#### Task brief:
In the listing below, find the line containing "# Pipe segments" and the line containing "-1.0), x_axis=(1.0, 0.0, 0.0)))". Repeat exactly those two lines and every line between them, nothing more.

#### Provided records:
++++++++
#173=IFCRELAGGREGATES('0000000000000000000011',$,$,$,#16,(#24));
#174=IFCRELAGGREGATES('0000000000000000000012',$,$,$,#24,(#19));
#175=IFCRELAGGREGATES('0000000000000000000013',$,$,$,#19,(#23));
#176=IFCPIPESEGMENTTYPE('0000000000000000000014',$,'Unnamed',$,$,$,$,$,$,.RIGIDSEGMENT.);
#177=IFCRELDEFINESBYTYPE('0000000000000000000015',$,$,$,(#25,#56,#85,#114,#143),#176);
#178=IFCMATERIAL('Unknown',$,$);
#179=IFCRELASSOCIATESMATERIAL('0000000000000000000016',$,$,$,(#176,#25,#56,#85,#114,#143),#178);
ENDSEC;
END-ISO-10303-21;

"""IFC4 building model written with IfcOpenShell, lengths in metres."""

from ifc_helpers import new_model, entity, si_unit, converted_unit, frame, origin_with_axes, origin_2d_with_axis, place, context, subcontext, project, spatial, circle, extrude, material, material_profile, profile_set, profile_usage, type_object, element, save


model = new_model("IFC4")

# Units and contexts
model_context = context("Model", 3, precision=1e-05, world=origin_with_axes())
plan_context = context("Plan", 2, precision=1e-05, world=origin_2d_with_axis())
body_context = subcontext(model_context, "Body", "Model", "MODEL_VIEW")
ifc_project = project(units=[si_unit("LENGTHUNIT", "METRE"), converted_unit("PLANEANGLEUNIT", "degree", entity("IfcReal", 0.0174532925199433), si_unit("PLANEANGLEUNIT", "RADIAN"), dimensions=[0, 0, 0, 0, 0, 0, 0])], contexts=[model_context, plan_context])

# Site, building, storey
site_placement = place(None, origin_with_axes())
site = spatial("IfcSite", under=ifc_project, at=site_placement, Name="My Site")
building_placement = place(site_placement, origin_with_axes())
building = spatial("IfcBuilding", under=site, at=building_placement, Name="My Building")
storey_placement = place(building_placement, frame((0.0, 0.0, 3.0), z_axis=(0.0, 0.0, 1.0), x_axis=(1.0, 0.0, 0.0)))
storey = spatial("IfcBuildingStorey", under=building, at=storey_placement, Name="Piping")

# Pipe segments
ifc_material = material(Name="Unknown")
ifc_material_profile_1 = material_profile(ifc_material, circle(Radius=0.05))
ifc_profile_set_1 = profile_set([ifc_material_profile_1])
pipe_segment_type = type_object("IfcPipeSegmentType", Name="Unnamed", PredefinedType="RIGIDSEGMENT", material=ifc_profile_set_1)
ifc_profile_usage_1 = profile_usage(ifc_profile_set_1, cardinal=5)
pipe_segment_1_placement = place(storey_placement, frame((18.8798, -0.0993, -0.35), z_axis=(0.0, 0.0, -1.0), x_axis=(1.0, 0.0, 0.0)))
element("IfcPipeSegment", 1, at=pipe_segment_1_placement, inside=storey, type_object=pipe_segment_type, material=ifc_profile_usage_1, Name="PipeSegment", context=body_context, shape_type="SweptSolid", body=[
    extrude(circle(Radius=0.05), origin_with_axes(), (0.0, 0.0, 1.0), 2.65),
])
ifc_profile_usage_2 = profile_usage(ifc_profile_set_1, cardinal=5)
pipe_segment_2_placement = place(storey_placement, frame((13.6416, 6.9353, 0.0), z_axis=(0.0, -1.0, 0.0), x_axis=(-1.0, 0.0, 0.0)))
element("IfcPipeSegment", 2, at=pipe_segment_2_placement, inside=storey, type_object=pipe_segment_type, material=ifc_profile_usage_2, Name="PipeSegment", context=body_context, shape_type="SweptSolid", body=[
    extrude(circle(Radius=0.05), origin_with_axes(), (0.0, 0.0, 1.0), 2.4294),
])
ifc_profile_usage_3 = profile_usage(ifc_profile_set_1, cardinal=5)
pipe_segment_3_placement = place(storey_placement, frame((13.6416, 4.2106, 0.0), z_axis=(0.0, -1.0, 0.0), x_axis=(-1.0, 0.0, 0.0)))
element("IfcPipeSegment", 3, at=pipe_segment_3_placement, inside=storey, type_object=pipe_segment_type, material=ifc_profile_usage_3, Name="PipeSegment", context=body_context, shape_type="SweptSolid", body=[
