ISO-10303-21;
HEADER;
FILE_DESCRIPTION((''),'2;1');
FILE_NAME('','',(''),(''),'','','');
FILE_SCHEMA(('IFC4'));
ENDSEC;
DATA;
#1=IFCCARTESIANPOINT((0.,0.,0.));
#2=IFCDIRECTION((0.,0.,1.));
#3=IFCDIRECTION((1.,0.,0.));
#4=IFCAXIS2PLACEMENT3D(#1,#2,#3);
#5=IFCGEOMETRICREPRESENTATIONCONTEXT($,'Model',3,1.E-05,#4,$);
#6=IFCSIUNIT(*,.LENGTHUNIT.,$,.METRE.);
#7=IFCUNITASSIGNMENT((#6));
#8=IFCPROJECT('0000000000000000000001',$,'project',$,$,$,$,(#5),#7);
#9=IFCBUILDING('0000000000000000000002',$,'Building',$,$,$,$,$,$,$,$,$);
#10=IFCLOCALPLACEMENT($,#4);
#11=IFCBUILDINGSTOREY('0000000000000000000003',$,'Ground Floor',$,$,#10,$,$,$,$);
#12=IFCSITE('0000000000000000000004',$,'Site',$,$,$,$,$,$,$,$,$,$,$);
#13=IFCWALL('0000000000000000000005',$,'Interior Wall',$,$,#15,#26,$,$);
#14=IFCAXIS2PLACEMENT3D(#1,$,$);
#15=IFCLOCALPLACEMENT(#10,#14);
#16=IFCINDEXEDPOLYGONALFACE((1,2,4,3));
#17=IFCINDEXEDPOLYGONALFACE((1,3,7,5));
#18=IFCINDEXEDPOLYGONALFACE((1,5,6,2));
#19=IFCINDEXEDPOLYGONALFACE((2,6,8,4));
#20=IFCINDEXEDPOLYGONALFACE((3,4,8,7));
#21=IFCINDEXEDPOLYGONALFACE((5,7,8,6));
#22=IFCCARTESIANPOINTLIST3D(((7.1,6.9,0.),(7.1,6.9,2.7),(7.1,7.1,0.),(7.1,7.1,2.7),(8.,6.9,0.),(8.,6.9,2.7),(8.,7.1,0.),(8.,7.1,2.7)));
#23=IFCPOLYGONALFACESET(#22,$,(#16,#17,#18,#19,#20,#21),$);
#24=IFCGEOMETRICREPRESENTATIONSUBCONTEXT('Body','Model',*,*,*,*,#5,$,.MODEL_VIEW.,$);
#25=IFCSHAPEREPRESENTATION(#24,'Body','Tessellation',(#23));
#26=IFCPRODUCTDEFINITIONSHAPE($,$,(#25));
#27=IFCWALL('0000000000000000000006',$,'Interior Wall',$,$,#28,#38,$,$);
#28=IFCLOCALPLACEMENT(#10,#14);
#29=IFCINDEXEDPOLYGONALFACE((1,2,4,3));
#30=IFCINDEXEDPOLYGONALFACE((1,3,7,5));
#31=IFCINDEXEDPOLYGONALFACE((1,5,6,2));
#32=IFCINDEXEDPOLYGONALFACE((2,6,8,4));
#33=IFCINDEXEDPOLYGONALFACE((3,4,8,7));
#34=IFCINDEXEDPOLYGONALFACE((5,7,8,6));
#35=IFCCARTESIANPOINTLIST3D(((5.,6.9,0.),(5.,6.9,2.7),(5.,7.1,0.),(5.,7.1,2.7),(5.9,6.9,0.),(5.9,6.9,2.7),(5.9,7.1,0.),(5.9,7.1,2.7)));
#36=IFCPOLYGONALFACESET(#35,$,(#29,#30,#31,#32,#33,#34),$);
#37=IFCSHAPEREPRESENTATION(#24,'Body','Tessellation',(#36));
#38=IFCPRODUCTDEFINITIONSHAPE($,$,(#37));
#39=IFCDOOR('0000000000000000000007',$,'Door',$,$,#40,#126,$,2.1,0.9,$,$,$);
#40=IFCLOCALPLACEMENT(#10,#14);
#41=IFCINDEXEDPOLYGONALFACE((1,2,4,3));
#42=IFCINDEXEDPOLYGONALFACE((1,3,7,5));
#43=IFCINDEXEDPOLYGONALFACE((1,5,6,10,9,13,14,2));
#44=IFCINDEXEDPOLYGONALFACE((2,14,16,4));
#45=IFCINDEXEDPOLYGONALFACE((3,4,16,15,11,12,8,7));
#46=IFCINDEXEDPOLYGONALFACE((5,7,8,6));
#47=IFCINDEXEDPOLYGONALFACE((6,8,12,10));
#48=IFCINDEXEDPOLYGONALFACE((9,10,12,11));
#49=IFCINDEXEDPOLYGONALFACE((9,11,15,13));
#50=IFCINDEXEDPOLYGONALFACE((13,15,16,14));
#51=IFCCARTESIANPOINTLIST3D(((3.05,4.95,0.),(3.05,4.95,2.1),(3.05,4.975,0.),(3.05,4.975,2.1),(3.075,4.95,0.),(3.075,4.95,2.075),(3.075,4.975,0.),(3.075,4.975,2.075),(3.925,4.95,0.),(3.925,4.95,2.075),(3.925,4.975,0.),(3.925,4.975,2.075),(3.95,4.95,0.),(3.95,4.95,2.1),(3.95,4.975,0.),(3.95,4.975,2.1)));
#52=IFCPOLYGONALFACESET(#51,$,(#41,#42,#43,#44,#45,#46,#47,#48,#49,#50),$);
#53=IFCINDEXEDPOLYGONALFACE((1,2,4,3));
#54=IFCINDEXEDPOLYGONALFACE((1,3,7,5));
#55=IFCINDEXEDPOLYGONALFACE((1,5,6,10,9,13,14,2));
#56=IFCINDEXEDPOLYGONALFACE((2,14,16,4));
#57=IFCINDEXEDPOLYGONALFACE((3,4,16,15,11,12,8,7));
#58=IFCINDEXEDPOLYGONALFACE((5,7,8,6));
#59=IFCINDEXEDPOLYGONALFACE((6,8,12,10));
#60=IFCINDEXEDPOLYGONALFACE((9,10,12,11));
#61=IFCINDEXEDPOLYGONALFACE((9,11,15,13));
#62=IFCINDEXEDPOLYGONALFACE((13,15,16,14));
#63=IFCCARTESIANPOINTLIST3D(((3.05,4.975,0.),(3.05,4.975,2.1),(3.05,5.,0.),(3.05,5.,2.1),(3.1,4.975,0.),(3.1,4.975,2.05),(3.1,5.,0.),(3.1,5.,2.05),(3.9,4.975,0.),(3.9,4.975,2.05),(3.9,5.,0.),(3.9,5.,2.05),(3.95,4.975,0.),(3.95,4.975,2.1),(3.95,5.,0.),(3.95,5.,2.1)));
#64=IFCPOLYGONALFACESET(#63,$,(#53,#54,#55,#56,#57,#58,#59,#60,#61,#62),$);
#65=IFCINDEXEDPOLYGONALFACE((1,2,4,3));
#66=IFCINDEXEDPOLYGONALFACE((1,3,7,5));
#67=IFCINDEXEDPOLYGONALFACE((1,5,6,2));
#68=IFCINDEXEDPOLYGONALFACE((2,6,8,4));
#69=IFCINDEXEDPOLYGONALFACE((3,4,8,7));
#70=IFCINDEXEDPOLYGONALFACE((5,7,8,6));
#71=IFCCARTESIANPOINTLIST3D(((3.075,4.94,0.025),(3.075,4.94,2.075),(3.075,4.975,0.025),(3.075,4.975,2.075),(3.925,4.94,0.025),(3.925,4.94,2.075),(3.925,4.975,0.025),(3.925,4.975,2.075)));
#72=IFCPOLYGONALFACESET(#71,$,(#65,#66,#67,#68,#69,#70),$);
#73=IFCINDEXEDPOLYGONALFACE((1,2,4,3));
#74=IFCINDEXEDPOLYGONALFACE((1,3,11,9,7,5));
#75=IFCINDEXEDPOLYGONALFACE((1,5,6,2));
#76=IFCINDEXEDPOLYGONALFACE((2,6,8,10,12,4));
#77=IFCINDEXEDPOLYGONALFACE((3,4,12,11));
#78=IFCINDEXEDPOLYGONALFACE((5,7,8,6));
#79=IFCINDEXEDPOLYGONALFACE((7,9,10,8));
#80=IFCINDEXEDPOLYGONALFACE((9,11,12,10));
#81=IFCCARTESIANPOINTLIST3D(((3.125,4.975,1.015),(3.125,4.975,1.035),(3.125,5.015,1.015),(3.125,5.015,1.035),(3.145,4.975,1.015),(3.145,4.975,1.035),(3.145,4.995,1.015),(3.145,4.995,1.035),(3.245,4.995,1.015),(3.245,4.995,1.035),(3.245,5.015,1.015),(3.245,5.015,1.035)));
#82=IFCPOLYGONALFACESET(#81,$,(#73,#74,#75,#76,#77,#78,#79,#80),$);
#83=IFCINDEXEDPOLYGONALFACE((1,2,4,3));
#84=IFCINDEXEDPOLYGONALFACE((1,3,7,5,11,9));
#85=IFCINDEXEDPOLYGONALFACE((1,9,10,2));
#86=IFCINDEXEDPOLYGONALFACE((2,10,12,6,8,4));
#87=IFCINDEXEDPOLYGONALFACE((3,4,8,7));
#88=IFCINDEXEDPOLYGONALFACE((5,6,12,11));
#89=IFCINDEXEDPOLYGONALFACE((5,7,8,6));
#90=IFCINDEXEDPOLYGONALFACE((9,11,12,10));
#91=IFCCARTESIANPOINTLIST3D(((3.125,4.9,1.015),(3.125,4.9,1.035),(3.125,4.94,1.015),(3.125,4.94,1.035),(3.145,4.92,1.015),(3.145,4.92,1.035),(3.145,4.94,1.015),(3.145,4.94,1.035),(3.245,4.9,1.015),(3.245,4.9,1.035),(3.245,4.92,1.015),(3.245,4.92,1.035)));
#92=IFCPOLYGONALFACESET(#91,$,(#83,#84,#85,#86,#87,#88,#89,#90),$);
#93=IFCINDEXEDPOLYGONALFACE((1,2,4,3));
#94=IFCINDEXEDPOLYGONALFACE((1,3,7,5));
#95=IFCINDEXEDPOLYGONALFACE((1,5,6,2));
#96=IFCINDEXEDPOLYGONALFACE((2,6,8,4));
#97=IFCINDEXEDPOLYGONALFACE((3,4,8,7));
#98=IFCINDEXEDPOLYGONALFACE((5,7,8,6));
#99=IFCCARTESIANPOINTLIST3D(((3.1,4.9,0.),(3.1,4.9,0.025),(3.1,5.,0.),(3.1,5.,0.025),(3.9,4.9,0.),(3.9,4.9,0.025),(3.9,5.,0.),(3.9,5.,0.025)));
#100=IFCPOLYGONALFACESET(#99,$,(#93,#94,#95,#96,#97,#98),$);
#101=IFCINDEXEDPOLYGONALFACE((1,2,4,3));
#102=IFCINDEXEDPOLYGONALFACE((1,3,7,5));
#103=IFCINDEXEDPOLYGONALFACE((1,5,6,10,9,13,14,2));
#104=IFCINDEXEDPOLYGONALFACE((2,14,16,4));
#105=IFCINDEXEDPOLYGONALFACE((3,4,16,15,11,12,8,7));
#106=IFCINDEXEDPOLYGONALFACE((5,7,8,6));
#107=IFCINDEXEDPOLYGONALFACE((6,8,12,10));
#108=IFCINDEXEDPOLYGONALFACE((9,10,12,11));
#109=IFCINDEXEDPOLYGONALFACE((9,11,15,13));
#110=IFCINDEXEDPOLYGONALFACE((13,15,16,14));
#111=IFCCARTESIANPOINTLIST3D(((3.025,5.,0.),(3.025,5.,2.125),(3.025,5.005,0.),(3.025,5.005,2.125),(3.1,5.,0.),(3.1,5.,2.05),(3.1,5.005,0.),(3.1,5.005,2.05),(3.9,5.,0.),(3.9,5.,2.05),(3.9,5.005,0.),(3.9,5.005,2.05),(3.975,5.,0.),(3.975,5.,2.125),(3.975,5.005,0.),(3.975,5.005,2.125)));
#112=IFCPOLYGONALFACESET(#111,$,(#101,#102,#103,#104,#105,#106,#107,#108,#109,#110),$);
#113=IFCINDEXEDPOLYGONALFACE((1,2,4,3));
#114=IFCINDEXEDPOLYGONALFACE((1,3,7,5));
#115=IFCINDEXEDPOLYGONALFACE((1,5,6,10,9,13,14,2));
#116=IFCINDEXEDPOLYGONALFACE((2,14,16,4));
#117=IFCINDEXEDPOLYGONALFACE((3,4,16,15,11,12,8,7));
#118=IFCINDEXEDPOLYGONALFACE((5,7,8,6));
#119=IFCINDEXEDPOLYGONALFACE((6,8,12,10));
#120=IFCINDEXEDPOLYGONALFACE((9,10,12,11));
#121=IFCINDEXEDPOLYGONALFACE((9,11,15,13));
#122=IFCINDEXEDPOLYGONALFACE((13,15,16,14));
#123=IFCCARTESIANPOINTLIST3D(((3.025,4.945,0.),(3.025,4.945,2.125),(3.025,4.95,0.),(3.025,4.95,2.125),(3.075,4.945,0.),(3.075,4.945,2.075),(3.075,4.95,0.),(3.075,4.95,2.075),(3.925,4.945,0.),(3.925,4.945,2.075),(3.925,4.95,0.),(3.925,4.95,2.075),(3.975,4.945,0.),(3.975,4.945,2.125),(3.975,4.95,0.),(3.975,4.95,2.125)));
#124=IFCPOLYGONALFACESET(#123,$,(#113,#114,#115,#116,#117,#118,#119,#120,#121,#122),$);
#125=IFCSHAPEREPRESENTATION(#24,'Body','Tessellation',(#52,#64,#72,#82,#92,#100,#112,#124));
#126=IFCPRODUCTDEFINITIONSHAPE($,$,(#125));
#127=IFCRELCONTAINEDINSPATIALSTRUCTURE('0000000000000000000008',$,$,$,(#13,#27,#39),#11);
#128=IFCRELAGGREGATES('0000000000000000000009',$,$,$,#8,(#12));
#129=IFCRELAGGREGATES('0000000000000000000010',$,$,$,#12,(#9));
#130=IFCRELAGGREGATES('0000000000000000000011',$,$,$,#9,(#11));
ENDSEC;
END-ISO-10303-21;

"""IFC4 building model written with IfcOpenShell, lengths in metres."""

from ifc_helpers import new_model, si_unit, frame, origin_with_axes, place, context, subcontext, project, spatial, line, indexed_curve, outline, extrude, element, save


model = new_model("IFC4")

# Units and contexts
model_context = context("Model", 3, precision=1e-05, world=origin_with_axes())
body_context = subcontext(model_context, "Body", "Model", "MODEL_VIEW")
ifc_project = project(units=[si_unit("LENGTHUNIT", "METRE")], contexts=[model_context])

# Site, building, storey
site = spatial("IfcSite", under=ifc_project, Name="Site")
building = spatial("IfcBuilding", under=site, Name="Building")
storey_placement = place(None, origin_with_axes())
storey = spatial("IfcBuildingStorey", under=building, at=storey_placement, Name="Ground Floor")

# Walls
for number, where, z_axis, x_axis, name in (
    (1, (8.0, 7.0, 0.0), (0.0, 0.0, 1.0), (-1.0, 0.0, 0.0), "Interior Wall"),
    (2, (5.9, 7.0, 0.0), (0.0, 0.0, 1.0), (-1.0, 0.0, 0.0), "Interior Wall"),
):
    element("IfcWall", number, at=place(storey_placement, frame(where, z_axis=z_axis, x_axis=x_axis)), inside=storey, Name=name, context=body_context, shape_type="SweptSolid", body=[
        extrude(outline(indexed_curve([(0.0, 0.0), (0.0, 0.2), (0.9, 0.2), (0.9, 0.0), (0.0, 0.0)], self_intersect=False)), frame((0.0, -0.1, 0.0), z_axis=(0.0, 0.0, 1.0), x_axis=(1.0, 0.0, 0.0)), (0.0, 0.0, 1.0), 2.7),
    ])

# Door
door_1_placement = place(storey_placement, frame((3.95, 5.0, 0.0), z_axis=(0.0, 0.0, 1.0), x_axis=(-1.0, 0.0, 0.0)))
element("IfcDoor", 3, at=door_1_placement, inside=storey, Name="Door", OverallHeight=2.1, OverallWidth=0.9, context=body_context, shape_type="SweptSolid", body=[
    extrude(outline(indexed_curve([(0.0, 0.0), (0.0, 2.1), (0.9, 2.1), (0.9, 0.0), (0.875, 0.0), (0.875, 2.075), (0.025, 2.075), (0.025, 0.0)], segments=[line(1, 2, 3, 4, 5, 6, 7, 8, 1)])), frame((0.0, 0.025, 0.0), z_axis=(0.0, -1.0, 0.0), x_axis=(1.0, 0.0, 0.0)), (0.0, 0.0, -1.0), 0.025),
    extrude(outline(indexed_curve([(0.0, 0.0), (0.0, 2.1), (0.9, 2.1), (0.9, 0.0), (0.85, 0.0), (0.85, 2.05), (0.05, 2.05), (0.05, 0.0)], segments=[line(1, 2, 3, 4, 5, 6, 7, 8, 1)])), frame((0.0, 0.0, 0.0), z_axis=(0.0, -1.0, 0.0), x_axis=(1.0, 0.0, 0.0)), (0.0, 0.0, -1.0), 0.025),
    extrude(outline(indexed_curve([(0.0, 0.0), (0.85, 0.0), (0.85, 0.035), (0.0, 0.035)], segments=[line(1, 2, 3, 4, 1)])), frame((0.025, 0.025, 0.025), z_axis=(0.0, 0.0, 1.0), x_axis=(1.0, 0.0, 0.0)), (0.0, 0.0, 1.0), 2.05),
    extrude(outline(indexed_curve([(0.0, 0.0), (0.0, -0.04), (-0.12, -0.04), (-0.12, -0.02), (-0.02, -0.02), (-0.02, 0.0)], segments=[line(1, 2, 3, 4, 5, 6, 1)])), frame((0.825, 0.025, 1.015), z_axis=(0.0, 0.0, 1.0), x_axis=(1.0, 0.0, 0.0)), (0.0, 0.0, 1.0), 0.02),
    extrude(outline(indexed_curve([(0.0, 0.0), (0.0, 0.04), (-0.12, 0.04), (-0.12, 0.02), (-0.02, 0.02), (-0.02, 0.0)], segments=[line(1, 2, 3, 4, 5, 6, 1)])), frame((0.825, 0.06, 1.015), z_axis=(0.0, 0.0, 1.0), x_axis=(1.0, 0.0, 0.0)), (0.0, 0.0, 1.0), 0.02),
++++++++
#### Solution below:
# Pipe segments
ifc_material = material(Name="Unknown")
ifc_material_profile_1 = material_profile(ifc_material, circle(Radius=0.05))
ifc_profile_set_1 = profile_set([ifc_material_profile_1])
pipe_segment_type = type_object("IfcPipeSegmentType", Name="Unnamed", PredefinedType="RIGIDSEGMENT", material=ifc_profile_set_1)
ifc_profile_usage_1 = profile_usage(ifc_profile_set_1, cardinal=5)
pipe_segment_1_placement = place(storey_placement, frame((18.8798, -0.0993, -0.35), z_axis=(0.0, 0.0, -1.0), x_axis=(1.0, 0.0, 0.0)))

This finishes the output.